[[ Data for review open ]]
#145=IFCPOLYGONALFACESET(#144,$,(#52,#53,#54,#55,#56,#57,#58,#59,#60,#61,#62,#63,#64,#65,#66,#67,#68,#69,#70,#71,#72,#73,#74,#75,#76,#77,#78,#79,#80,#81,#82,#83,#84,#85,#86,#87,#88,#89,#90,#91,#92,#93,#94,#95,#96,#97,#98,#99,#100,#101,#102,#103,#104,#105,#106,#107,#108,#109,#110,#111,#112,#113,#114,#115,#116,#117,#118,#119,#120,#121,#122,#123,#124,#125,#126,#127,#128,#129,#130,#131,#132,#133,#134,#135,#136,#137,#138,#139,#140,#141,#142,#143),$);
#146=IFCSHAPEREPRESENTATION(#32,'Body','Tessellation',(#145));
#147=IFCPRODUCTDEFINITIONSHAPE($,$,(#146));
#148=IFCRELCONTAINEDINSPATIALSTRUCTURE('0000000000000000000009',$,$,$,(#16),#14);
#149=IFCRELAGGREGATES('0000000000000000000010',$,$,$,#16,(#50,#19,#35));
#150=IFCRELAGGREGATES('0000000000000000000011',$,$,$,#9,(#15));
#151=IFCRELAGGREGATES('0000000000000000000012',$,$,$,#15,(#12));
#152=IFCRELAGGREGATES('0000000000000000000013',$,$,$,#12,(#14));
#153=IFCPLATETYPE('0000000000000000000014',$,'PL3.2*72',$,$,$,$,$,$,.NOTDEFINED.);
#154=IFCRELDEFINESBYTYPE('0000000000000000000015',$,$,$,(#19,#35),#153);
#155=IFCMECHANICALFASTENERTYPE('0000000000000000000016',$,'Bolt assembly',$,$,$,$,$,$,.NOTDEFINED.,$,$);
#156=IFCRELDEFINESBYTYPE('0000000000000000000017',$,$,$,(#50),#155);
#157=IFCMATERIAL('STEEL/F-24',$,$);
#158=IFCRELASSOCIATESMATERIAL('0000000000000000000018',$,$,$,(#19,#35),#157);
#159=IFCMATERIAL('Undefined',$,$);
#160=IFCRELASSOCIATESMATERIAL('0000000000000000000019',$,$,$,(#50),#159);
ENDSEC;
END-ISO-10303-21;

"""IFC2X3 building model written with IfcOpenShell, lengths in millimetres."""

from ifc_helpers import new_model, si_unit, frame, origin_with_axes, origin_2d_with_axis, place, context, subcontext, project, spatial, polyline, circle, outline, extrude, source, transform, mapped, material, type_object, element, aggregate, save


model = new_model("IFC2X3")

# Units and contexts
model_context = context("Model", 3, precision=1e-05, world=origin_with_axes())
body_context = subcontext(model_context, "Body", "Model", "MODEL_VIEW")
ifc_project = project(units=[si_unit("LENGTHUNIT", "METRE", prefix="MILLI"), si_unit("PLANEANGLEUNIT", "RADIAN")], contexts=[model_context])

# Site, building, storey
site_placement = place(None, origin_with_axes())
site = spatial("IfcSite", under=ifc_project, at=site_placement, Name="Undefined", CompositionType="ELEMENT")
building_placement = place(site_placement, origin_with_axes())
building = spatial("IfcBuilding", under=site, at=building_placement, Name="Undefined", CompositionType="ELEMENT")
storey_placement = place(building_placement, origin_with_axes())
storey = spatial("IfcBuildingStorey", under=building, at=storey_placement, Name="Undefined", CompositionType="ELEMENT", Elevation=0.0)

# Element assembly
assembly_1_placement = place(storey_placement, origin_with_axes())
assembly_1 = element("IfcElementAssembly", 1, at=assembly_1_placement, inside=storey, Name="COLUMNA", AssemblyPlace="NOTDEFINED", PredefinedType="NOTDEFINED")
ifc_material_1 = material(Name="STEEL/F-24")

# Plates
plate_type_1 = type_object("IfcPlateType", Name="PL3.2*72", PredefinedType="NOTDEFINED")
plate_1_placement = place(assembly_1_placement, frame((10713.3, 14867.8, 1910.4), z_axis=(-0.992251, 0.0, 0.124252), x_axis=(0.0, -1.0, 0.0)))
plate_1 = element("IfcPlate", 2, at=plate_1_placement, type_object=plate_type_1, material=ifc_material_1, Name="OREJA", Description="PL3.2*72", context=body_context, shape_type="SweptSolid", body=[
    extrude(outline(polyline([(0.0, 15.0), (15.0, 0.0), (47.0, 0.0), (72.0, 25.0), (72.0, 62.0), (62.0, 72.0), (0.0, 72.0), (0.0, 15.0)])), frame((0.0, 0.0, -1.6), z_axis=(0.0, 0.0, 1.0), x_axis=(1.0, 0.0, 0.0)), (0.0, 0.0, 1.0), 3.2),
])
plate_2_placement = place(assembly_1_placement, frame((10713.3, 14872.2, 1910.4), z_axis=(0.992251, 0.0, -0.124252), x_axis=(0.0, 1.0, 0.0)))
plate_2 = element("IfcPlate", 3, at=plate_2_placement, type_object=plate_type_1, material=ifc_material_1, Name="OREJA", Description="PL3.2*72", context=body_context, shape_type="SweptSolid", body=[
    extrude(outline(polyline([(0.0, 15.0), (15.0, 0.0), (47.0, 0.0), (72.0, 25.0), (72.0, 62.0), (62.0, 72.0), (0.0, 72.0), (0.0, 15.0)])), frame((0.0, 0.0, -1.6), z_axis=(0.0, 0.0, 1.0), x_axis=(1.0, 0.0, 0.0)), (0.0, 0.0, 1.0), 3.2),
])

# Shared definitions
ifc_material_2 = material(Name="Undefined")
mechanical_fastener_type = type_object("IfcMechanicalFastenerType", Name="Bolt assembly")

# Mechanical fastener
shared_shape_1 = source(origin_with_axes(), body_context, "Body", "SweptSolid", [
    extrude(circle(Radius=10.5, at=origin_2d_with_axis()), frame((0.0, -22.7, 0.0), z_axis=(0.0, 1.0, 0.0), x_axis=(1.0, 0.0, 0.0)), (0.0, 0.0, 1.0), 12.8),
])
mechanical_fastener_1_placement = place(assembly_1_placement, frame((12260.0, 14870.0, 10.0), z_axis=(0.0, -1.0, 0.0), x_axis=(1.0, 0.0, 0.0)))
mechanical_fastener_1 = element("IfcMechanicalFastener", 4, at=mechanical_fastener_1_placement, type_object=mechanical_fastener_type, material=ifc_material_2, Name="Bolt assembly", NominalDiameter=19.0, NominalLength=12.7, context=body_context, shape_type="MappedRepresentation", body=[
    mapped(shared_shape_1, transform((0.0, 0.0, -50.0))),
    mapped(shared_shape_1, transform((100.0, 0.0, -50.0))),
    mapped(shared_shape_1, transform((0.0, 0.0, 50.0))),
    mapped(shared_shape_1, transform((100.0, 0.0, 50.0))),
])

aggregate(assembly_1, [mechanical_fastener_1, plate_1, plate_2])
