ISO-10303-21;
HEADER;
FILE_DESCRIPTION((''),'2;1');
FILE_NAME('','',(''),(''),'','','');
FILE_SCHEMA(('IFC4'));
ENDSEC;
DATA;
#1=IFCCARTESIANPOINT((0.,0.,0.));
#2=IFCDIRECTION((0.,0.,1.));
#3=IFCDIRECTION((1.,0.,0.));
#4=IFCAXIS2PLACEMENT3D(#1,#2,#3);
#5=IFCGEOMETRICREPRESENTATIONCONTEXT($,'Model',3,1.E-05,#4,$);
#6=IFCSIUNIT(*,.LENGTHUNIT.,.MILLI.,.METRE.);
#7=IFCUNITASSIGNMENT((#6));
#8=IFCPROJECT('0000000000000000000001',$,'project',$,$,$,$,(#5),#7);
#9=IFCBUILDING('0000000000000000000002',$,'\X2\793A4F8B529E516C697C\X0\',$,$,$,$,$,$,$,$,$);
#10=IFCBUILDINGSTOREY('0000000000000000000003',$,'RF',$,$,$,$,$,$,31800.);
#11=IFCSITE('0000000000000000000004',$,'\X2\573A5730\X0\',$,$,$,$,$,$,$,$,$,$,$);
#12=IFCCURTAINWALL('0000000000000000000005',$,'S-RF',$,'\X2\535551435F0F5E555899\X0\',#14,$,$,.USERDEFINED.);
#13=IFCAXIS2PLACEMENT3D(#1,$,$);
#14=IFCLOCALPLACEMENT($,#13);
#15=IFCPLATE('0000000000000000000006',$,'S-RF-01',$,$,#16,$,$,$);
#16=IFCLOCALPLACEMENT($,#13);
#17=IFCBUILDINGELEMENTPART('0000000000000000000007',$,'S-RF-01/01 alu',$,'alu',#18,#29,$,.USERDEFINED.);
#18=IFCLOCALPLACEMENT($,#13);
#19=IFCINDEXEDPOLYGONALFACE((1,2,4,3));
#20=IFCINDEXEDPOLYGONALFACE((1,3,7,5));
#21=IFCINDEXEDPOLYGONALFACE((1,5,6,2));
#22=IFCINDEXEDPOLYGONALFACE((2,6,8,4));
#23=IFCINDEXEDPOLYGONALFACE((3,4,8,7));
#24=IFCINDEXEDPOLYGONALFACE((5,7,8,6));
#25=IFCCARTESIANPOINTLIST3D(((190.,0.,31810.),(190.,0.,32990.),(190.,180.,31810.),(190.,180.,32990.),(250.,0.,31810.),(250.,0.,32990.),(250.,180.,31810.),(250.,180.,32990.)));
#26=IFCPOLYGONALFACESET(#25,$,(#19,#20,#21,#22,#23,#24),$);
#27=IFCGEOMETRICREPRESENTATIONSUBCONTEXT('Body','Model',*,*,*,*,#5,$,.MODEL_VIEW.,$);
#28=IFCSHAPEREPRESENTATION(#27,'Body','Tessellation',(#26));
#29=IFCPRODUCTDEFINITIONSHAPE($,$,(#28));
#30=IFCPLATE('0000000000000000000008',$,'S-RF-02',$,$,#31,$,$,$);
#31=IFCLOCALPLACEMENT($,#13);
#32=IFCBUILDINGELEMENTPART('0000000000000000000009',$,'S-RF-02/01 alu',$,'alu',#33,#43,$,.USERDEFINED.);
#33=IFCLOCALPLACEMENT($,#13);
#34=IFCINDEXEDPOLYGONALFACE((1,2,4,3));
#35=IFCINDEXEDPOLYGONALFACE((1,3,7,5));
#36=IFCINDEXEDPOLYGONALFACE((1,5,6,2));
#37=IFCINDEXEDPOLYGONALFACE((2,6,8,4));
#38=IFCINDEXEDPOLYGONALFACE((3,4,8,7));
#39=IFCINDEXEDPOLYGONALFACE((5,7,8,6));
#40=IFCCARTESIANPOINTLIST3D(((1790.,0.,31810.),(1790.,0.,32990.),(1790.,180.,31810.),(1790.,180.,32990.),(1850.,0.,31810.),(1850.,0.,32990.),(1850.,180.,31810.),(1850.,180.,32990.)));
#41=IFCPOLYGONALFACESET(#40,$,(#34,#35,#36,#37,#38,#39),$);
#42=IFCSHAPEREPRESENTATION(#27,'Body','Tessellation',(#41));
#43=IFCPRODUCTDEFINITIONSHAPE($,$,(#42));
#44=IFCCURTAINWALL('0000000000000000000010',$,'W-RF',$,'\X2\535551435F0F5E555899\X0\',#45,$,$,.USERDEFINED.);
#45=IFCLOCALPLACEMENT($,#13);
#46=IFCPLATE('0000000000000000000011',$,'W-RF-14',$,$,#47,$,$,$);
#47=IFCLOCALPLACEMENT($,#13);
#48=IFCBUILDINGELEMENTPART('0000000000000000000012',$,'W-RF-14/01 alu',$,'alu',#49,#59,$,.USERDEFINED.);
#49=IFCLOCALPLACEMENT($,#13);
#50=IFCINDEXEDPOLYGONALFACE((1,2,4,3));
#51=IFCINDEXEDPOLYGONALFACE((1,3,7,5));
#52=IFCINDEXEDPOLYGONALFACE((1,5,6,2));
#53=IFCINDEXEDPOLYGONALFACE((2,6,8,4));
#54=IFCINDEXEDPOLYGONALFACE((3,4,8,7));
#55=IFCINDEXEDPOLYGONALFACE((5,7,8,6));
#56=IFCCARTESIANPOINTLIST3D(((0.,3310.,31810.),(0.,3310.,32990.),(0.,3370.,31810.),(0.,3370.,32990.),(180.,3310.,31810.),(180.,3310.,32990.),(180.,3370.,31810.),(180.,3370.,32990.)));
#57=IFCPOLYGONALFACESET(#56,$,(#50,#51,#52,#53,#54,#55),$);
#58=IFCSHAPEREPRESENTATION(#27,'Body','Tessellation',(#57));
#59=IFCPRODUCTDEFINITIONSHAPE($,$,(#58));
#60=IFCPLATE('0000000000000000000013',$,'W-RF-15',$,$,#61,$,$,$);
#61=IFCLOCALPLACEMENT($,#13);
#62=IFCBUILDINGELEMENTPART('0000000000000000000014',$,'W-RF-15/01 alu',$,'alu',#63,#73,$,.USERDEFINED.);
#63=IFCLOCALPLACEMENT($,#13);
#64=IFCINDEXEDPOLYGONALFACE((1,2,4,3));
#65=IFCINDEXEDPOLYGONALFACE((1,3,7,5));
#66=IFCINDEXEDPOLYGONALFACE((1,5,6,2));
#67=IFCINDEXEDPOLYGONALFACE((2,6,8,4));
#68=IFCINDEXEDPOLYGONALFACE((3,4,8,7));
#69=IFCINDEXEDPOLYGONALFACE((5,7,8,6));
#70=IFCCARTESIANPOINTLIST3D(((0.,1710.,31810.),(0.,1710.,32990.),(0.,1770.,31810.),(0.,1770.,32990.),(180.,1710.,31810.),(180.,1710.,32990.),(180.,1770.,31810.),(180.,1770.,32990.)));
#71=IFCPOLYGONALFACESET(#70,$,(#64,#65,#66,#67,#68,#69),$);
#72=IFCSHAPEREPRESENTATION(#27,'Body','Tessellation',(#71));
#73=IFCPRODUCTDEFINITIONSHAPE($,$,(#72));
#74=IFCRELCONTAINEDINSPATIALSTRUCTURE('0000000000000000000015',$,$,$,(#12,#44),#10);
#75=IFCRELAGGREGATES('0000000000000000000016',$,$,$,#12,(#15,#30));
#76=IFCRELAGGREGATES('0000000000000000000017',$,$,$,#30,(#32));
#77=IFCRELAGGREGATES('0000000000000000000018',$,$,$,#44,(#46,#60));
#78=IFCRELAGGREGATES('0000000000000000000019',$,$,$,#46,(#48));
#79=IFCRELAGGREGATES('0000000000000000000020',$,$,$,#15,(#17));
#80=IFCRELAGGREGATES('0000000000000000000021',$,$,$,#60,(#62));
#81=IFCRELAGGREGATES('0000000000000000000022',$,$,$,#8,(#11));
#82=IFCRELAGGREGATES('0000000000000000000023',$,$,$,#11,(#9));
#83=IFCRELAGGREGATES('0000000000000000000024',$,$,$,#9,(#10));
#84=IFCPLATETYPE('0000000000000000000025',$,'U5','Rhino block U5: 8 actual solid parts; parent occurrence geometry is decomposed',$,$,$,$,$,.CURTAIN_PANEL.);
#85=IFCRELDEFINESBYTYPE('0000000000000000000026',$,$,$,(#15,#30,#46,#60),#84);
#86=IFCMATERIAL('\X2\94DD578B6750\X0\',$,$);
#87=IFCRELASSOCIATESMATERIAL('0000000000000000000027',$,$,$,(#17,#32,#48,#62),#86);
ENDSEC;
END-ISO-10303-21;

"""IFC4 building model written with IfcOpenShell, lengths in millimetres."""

from ifc_helpers import new_model, si_unit, frame, frame_2d, origin, origin_with_axes, place, context, subcontext, project, spatial, rectangle, extrude, source, transform, mapped, material, type_object, element, aggregate, save


model = new_model("IFC4")

# Units and contexts
model_context = context("Model", 3, precision=1e-05, world=origin_with_axes())
body_context = subcontext(model_context, "Body", "Model", "MODEL_VIEW")
ifc_project = project(units=[si_unit("LENGTHUNIT", "METRE", prefix="MILLI")], contexts=[model_context])

# Site, building, storey
site = spatial("IfcSite", under=ifc_project, Name="场地")
building = spatial("IfcBuilding", under=site, Name="示例办公楼")
storey = spatial("IfcBuildingStorey", under=building, Name="RF", Elevation=31800.0)

# Curtain walls, plates, building element parts
curtain_wall_1 = element("IfcCurtainWall", 1, inside=storey, Name="S-RF", ObjectType="单元式幕墙", PredefinedType="USERDEFINED")
plate_type = type_object("IfcPlateType", Name="U5", Description="Rhino block U5: 8 actual solid parts; parent occurrence geometry is decomposed", PredefinedType="CURTAIN_PANEL")
plate_1_placement = place(None, frame((190.0, 0.0, 31810.0), z_axis=(0.0, 0.0, 1.0), x_axis=(1.0, 0.0, 0.0)))
plate_1 = element("IfcPlate", 2, at=plate_1_placement, type_object=plate_type, Name="S-RF-01")
ifc_material_1 = material(Name="铝型材")
shared_shape_1 = source(origin(), body_context, "Body", "SweptSolid", [
    extrude(rectangle(XDim=60.0, YDim=180.0, at=frame_2d((30.0, 90.0))), origin(), (0.0, 0.0, 1.0), 1180.0),
])
building_element_part_1_placement = place(plate_1_placement, origin())
building_element_part_1 = element("IfcBuildingElementPart", 3, at=building_element_part_1_placement, material=ifc_material_1, Name="S-RF-01/01 alu", ObjectType="alu", PredefinedType="USERDEFINED", context=body_context, shape_type="MappedRepresentation", body=[
    mapped(shared_shape_1, transform((0.0, 0.0, 0.0))),
])
plate_2_placement = place(None, frame((1790.0, 0.0, 31810.0), z_axis=(0.0, 0.0, 1.0), x_axis=(1.0, 0.0, 0.0)))
plate_2 = element("IfcPlate", 4, at=plate_2_placement, type_object=plate_type, Name="S-RF-02")
aggregate(curtain_wall_1, [plate_1, plate_2])
building_element_part_2_placement = place(plate_2_placement, origin())
building_element_part_2 = element("IfcBuildingElementPart", 5, at=building_element_part_2_placement, material=ifc_material_1, Name="S-RF-02/01 alu", ObjectType="alu", PredefinedType="USERDEFINED", context=body_context, shape_type="MappedRepresentation", body=[
    mapped(shared_shape_1, transform((0.0, 0.0, 0.0))),
])
aggregate(plate_2, [building_element_part_2])
curtain_wall_2 = element("IfcCurtainWall", 6, inside=storey, Name="W-RF", ObjectType="单元式幕墙", PredefinedType="USERDEFINED")
plate_3_placement = place(None, frame((0.0, 3370.0, 31810.0), z_axis=(0.0, 0.0, 1.0), x_axis=(0.0, -1.0, 0.0)))
plate_3 = element("IfcPlate", 7, at=plate_3_placement, type_object=plate_type, Name="W-RF-14")
building_element_part_3_placement = place(plate_3_placement, origin())
building_element_part_3 = element("IfcBuildingElementPart", 8, at=building_element_part_3_placement, material=ifc_material_1, Name="W-RF-14/01 alu", ObjectType="alu", PredefinedType="USERDEFINED", context=body_context, shape_type="MappedRepresentation", body=[
    mapped(shared_shape_1, transform((0.0, 0.0, 0.0))),
])
plate_4_placement = place(None, frame((0.0, 1770.0, 31810.0), z_axis=(0.0, 0.0, 1.0), x_axis=(0.0, -1.0, 0.0)))
plate_4 = element("IfcPlate", 9, at=plate_4_placement, type_object=plate_type, Name="W-RF-15")
aggregate(curtain_wall_2, [plate_3, plate_4])
building_element_part_4_placement = place(plate_4_placement, origin())
building_element_part_4 = element("IfcBuildingElementPart", 10, at=building_element_part_4_placement, material=ifc_material_1, Name="W-RF-15/01 alu", ObjectType="alu", PredefinedType="USERDEFINED", context=body_context, shape_type="MappedRepresentation", body=[
    mapped(shared_shape_1, transform((0.0, 0.0, 0.0))),
])

aggregate(plate_3, [building_element_part_3])
aggregate(plate_1, [building_element_part_1])
aggregate(plate_4, [building_element_part_4])

save(model, "model.ifc")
[[ Data for review closed ]]
• **Your objective**: Taking the entries above, restate exactly those lines that fall between the line with "storey_placement = place(building_placement, origin_with_axes())" and the line with "# Element assembly", keeping both of those lines too.

• **Your solution**:
storey_placement = place(building_placement, origin_with_axes())
storey = spatial("IfcBuildingStorey", under=building, at=storey_placement, Name="Undefined", CompositionType="ELEMENT", Elevation=0.0)

# Element assembly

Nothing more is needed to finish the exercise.